Reporting Owner Name / Address Relationships
 Director  10% Owner  Officer  Other
MISNER JEFFREY JOSEPH
1600 SMITH
HQSEO
HOUSTON, TX 77002
      Exec VP & CFO  

Signatures

 /s/ Jeffrey J. Misner, By: Sarah E. Hagy   01/08/2008
**Signature of Reporting Person Date

Explanation of Responses:

* If the form is filed by more than one reporting person, see Instruction 4(b)(v).
** Intentional misstatements or omissions of facts constitute Federal Criminal Violations. See 18 U.S.C. 1001 and 15 U.S.C. 78ff(a).
(1) The Performance Rights were granted on April 9, 2004 for the performance period beginning April 1, 2004 and ending December 31, 2007. The Performance Rights vested on March 3, 2006, when the registrant's Class B Common Stock price averaged, over 20 consecutive days, at least the $22.4775 per share target price set by the Human Resources Committee of the Board. The target price reflects an appreciation of 80% above the $12.4775 market value per share (based on the preceding 20 day average price) at the beginning of the performance period.
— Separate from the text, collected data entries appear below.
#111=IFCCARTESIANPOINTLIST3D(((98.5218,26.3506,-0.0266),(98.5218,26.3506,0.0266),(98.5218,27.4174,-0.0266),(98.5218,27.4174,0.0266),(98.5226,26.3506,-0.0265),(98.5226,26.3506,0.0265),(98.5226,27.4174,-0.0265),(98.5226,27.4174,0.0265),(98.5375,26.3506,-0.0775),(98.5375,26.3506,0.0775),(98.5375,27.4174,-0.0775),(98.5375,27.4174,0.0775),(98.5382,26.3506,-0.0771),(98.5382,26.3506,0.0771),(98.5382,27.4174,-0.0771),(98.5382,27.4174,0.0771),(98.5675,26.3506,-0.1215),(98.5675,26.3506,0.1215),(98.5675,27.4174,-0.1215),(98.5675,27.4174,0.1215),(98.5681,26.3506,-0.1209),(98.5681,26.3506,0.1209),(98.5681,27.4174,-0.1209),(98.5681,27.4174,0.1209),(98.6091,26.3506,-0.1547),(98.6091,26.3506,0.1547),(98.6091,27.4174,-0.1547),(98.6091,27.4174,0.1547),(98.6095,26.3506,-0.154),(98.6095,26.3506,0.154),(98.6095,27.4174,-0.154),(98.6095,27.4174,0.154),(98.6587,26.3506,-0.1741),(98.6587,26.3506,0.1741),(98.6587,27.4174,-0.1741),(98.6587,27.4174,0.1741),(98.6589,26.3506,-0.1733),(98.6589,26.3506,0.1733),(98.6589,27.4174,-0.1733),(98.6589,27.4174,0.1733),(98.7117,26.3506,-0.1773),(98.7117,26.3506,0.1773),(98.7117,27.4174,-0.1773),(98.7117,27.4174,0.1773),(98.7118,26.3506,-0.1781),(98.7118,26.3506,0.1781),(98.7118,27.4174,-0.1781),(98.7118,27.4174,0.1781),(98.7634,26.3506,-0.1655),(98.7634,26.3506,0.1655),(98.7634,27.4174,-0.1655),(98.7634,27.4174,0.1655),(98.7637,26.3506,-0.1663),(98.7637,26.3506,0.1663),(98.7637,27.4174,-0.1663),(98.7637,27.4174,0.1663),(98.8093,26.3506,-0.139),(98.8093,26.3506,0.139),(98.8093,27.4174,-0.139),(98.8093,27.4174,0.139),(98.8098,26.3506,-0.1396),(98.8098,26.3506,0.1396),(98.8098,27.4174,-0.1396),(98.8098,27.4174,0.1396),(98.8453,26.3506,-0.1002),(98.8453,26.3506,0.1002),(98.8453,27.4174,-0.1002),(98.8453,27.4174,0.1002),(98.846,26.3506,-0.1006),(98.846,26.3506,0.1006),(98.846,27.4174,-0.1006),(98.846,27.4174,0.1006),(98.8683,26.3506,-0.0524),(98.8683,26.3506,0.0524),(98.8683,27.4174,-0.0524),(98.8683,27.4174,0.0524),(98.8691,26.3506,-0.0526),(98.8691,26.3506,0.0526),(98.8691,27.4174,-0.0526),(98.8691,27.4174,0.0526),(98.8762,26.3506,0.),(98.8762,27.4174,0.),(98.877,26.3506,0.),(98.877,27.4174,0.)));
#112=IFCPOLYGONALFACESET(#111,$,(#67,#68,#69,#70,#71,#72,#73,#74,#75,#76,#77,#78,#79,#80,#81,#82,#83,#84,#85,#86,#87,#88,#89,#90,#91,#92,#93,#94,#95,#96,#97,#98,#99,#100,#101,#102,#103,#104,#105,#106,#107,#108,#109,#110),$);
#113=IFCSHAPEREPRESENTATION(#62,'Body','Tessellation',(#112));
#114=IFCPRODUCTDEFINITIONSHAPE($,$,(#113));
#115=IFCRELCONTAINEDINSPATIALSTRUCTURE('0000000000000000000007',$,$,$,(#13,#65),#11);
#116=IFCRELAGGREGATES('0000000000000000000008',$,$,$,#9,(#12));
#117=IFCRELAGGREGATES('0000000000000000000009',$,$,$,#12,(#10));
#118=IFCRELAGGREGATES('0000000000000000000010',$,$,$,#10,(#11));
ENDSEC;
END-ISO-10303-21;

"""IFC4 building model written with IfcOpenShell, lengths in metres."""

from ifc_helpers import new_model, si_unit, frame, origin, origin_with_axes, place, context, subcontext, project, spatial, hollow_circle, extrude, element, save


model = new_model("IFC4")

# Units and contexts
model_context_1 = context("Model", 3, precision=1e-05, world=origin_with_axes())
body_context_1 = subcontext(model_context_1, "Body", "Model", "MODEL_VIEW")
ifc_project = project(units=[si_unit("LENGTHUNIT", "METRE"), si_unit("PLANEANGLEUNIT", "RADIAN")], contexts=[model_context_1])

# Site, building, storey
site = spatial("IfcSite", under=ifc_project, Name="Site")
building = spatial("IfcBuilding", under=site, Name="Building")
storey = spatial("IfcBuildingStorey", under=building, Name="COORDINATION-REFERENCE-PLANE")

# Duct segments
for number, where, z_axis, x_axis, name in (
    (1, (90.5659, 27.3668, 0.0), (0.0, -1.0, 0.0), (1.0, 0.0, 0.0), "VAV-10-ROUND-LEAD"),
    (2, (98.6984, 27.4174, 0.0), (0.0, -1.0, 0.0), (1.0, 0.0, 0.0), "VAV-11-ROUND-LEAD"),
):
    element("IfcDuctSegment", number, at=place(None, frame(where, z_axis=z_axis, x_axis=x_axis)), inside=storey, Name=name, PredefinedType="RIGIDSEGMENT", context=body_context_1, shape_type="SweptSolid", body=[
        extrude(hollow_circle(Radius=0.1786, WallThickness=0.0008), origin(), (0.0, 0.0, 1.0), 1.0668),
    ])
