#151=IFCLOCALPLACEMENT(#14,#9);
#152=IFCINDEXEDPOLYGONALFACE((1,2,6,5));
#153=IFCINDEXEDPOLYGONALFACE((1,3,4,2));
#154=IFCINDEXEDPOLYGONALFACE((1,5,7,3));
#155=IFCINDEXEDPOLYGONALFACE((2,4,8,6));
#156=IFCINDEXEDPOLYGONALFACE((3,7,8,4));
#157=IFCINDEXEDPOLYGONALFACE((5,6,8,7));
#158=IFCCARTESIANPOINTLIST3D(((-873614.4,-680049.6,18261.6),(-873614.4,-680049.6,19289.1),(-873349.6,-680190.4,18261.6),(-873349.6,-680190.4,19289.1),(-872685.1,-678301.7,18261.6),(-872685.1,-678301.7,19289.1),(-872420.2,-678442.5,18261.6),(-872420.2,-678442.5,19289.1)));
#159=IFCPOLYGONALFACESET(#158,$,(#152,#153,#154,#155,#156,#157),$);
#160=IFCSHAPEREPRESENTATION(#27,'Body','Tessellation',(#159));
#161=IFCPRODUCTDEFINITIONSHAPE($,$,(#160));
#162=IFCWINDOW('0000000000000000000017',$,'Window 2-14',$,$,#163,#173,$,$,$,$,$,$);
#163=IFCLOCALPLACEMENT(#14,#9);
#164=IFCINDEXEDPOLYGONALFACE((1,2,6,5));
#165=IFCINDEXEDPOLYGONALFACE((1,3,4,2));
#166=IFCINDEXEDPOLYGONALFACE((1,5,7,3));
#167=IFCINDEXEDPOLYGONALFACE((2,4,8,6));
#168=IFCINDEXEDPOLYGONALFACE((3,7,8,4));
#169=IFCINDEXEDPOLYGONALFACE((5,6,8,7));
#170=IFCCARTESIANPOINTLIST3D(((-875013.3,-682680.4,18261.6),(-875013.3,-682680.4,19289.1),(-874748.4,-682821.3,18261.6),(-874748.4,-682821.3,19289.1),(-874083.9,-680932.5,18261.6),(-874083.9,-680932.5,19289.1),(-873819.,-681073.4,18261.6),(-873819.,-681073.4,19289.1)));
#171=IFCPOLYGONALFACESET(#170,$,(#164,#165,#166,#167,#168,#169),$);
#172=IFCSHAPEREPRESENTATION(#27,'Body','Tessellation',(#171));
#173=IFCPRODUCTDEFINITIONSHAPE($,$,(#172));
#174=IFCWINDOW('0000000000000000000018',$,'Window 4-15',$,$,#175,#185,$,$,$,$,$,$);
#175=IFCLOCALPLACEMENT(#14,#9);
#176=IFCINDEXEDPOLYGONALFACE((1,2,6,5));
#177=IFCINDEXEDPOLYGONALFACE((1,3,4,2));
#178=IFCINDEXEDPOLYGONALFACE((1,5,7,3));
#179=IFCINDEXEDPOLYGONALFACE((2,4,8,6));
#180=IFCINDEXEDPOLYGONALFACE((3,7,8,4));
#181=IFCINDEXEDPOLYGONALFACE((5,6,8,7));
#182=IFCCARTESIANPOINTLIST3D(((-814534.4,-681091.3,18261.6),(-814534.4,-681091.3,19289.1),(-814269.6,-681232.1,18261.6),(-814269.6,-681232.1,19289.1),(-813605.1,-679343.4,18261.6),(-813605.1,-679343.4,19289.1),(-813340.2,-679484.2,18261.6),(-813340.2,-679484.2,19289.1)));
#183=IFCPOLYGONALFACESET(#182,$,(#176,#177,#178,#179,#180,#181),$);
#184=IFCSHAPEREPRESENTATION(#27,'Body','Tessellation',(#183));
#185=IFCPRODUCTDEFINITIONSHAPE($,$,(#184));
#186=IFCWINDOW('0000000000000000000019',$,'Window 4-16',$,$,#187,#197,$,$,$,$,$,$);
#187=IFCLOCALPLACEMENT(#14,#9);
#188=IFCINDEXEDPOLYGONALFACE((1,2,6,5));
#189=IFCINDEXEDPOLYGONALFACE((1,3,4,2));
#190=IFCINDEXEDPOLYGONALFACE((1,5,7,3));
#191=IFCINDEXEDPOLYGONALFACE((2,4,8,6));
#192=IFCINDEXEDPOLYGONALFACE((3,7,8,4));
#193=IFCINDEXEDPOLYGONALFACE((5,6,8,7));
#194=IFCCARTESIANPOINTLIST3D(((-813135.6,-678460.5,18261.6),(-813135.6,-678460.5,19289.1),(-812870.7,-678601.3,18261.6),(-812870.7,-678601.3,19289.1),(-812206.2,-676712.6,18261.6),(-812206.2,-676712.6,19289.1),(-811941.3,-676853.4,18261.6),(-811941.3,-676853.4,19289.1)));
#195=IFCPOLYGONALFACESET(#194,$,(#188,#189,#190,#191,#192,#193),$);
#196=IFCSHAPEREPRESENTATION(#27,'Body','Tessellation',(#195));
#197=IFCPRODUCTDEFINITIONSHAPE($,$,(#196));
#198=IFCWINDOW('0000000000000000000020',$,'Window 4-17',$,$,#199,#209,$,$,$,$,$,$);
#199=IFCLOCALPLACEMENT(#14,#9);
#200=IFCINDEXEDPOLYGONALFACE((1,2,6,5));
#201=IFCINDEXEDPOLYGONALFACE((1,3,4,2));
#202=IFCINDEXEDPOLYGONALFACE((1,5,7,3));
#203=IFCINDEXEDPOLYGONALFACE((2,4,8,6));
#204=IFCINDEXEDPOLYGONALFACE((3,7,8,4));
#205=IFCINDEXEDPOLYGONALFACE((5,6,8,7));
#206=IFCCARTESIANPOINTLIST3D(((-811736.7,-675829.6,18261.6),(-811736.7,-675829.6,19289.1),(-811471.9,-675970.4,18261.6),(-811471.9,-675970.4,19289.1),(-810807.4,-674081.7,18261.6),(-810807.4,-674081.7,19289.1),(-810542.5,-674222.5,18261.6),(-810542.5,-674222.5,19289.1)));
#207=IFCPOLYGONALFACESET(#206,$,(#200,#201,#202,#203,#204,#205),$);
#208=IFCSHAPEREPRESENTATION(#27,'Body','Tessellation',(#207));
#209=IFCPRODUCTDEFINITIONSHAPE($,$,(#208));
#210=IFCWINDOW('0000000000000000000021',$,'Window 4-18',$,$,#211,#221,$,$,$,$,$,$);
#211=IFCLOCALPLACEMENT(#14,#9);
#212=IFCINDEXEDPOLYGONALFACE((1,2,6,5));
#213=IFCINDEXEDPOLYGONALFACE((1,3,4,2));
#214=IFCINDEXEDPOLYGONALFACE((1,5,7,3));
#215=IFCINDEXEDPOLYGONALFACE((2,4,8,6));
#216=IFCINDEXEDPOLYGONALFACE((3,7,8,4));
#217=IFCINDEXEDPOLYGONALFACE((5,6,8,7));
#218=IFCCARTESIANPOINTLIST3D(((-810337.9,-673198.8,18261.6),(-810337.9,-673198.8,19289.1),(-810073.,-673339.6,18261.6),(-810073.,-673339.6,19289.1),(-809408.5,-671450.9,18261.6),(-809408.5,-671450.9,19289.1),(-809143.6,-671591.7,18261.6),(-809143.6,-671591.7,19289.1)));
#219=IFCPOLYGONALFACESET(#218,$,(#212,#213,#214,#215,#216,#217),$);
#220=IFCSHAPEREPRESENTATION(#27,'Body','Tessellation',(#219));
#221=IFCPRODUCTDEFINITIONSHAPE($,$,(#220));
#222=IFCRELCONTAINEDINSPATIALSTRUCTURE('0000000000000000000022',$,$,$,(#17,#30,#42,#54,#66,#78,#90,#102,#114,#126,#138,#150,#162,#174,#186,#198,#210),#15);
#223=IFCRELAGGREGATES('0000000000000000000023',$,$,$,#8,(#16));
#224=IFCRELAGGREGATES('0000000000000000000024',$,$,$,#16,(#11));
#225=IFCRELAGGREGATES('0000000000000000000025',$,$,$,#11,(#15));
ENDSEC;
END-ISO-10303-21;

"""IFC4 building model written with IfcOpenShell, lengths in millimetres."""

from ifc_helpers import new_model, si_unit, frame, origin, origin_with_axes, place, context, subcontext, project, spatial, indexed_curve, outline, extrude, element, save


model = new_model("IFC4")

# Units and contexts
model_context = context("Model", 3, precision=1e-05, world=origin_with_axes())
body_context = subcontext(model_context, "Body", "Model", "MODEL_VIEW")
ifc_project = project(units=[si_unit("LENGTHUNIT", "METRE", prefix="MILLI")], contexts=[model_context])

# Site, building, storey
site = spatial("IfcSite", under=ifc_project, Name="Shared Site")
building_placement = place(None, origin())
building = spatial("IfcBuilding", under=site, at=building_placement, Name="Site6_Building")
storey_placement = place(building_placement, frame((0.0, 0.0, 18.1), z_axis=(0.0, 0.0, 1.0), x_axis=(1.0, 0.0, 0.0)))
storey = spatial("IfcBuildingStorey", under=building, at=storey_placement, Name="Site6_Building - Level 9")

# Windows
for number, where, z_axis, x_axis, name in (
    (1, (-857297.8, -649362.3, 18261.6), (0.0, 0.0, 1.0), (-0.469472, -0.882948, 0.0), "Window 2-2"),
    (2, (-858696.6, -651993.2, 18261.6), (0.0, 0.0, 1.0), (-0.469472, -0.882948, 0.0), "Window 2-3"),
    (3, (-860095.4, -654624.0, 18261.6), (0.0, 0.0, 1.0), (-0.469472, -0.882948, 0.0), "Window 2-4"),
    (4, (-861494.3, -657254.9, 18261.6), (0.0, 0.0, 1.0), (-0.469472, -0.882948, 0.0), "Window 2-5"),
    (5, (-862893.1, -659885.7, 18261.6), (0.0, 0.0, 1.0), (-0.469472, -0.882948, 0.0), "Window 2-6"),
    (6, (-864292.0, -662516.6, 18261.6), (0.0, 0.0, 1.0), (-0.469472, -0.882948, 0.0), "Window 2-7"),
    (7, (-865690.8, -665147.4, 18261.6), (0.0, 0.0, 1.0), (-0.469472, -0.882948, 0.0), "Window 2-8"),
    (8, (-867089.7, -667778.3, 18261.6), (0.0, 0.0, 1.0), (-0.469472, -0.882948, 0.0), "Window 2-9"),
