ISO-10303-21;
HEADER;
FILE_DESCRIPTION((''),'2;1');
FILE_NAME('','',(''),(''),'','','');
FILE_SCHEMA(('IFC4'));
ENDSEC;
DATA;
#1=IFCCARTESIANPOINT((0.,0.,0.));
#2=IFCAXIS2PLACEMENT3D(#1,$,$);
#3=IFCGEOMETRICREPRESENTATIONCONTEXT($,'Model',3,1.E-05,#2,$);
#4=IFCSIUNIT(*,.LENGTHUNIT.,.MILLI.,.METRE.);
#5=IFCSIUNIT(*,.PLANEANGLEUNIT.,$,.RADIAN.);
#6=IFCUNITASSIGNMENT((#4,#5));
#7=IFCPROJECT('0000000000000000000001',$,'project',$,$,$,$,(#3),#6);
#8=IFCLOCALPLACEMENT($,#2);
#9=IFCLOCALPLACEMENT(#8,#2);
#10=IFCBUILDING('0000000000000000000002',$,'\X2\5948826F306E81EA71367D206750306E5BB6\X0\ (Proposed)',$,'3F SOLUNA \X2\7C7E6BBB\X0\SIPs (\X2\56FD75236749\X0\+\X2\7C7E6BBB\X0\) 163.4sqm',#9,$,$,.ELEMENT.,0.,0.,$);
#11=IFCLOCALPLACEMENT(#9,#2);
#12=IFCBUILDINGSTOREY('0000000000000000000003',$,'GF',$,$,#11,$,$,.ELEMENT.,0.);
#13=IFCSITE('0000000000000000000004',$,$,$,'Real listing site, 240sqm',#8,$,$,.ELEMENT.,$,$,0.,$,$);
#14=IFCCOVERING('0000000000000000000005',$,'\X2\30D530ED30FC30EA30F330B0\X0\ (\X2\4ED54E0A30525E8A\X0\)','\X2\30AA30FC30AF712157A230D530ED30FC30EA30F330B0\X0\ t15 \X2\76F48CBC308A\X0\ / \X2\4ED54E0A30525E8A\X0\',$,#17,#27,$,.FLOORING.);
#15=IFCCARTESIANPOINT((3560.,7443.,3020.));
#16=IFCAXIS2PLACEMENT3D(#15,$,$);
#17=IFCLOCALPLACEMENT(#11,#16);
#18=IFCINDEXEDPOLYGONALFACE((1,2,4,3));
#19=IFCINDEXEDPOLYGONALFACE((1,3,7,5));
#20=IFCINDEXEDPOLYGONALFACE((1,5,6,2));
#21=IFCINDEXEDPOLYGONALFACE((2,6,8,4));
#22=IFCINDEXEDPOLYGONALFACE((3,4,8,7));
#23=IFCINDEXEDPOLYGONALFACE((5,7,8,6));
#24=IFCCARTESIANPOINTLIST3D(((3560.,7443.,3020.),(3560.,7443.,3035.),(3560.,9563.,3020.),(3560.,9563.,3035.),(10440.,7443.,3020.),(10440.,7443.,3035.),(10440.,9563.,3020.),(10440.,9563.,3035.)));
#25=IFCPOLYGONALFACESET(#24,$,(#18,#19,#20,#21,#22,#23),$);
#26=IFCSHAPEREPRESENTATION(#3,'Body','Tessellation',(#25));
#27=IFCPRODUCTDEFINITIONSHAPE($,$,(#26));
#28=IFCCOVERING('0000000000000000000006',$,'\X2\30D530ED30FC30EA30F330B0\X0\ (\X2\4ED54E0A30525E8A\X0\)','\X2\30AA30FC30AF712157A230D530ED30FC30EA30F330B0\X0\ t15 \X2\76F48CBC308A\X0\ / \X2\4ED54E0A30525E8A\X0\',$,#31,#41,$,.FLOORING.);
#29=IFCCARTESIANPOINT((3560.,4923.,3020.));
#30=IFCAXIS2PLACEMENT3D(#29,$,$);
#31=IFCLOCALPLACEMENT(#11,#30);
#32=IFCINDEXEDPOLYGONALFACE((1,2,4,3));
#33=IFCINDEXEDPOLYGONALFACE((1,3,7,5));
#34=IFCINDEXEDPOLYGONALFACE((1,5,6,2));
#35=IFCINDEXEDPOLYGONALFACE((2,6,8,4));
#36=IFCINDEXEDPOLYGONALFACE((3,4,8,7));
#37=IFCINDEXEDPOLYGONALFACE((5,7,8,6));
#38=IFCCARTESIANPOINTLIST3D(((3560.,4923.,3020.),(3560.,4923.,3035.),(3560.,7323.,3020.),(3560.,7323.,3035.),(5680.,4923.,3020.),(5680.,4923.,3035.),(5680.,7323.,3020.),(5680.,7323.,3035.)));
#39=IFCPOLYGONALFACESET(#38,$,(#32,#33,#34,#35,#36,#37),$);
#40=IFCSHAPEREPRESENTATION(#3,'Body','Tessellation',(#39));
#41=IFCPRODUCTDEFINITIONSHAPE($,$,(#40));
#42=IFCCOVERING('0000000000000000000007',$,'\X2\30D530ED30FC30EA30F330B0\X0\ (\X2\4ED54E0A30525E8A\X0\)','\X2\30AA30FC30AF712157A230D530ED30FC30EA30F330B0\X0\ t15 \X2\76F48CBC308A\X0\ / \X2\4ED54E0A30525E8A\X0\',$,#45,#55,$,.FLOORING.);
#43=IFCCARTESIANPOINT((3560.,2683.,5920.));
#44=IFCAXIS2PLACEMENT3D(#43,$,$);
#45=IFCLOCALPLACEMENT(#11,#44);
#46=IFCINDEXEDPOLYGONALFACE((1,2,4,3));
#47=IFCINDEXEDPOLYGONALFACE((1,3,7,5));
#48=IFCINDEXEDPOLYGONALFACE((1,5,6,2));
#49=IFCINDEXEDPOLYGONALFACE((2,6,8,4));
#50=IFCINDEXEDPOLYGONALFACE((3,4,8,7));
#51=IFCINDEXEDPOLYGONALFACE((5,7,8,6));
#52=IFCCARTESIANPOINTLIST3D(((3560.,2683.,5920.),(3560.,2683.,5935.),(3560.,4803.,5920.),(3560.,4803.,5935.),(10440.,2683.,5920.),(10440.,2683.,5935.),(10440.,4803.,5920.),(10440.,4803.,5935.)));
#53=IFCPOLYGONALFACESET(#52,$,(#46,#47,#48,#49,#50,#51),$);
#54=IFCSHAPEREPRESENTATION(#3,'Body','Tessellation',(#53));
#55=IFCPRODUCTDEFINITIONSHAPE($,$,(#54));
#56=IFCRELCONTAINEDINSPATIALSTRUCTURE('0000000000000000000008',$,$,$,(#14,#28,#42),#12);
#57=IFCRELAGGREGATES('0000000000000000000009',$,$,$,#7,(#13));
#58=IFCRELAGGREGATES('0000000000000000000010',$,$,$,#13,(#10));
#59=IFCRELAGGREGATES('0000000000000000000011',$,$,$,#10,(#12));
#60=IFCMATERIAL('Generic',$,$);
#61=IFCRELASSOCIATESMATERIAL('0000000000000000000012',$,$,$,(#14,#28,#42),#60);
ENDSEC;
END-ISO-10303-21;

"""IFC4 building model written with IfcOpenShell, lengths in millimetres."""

from ifc_helpers import new_model, si_unit, frame, frame_2d, origin, place, context, project, spatial, rectangle, extrude, material, element, save


model = new_model("IFC4")

# Units and contexts
model_context = context("Model", 3, precision=1e-05, world=origin())
ifc_project = project(units=[si_unit("LENGTHUNIT", "METRE", prefix="MILLI"), si_unit("PLANEANGLEUNIT", "RADIAN")], contexts=[model_context])

# Site, building, storey
site_placement = place(None, origin())
site = spatial("IfcSite", under=ifc_project, at=site_placement, ObjectType="Real listing site, 240sqm", CompositionType="ELEMENT", RefElevation=0.0)
building_placement = place(site_placement, origin())
building = spatial("IfcBuilding", under=site, at=building_placement, Name="奈良の自然素材の家 (Proposed)", ObjectType="3F SOLUNA 籾殻SIPs (国産杉+籾殻) 163.4sqm", CompositionType="ELEMENT", ElevationOfRefHeight=0.0, ElevationOfTerrain=0.0)
storey_placement = place(building_placement, origin())
storey = spatial("IfcBuildingStorey", under=building, at=storey_placement, Name="GF", CompositionType="ELEMENT", Elevation=0.0)

# Shared definitions
ifc_material_1 = material(Name="Generic")

# Coverings
covering_1_placement = place(storey_placement, frame((3560.0, 7443.0, 3020.0)))
element("IfcCovering", 1, at=covering_1_placement, inside=storey, material=ifc_material_1, Name="フローリング (仕上げ床)", Description="オーク無垢フローリング t15 直貼り / 仕上げ床", PredefinedType="FLOORING", context=model_context, shape_type="SweptSolid", body=[
    extrude(rectangle(XDim=6880.0, YDim=2120.0, at=frame_2d((3440.0, 1060.0))), frame((3560.0, 7443.0, 3020.0)), (0.0, 0.0, 1.0), 15.0),
])
covering_2_placement = place(storey_placement, frame((3560.0, 4923.0, 3020.0)))
element("IfcCovering", 2, at=covering_2_placement, inside=storey, material=ifc_material_1, Name="フローリング (仕上げ床)", Description="オーク無垢フローリング t15 直貼り / 仕上げ床", PredefinedType="FLOORING", context=model_context, shape_type="SweptSolid", body=[
    extrude(rectangle(XDim=2120.0, YDim=2400.0, at=frame_2d((1060.0, 1200.0))), frame((3560.0, 4923.0, 3020.0)), (0.0, 0.0, 1.0), 15.0),
])
covering_3_placement = place(storey_placement, frame((3560.0, 2683.0, 5920.0)))
element("IfcCovering", 3, at=covering_3_placement, inside=storey, material=ifc_material_1, Name="フローリング (仕上げ床)", Description="オーク無垢フローリング t15 直貼り / 仕上げ床", PredefinedType="FLOORING", context=model_context, shape_type="SweptSolid", body=[
    extrude(rectangle(XDim=6880.0, YDim=2120.0, at=frame_2d((3440.0, 1060.0))), frame((3560.0, 2683.0, 5920.0)), (0.0, 0.0, 1.0), 15.0),
])

save(model, "model.ifc")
However, the Performance Rights require continued employment through the end of the performance period so were not eligible to be settled until after the performance period ended and after receipt of the required certification by the registrant's Human Resources Committee, which was received on January 4, 2008. Each Performance Right was the economic equivalent of one share of Class B Common Stock. Two other awards of Performance Rights made in 2004 to Mr. Misner, and previously reported by him, were voluntarily surrendered by him in connection with the registrant's 2005 pay and benefit cost reduction initiative.
(2) Under the program pursuant to which the Performance Rights were issued, the Performance Rights are settled based on the simple average of the closing stock prices of the registrant's Class B Common Stock for the 20 trading days immediately preceding the last day of the performance period (which ended December 31, 2007). As a result, the $25.14 settlement price represents the simple average of the closing stock prices during the 20 trading days ending on and including December 28, 2007 (during which the closing stock prices varied from a low of $21.82 per share to a high of $28.28 per share).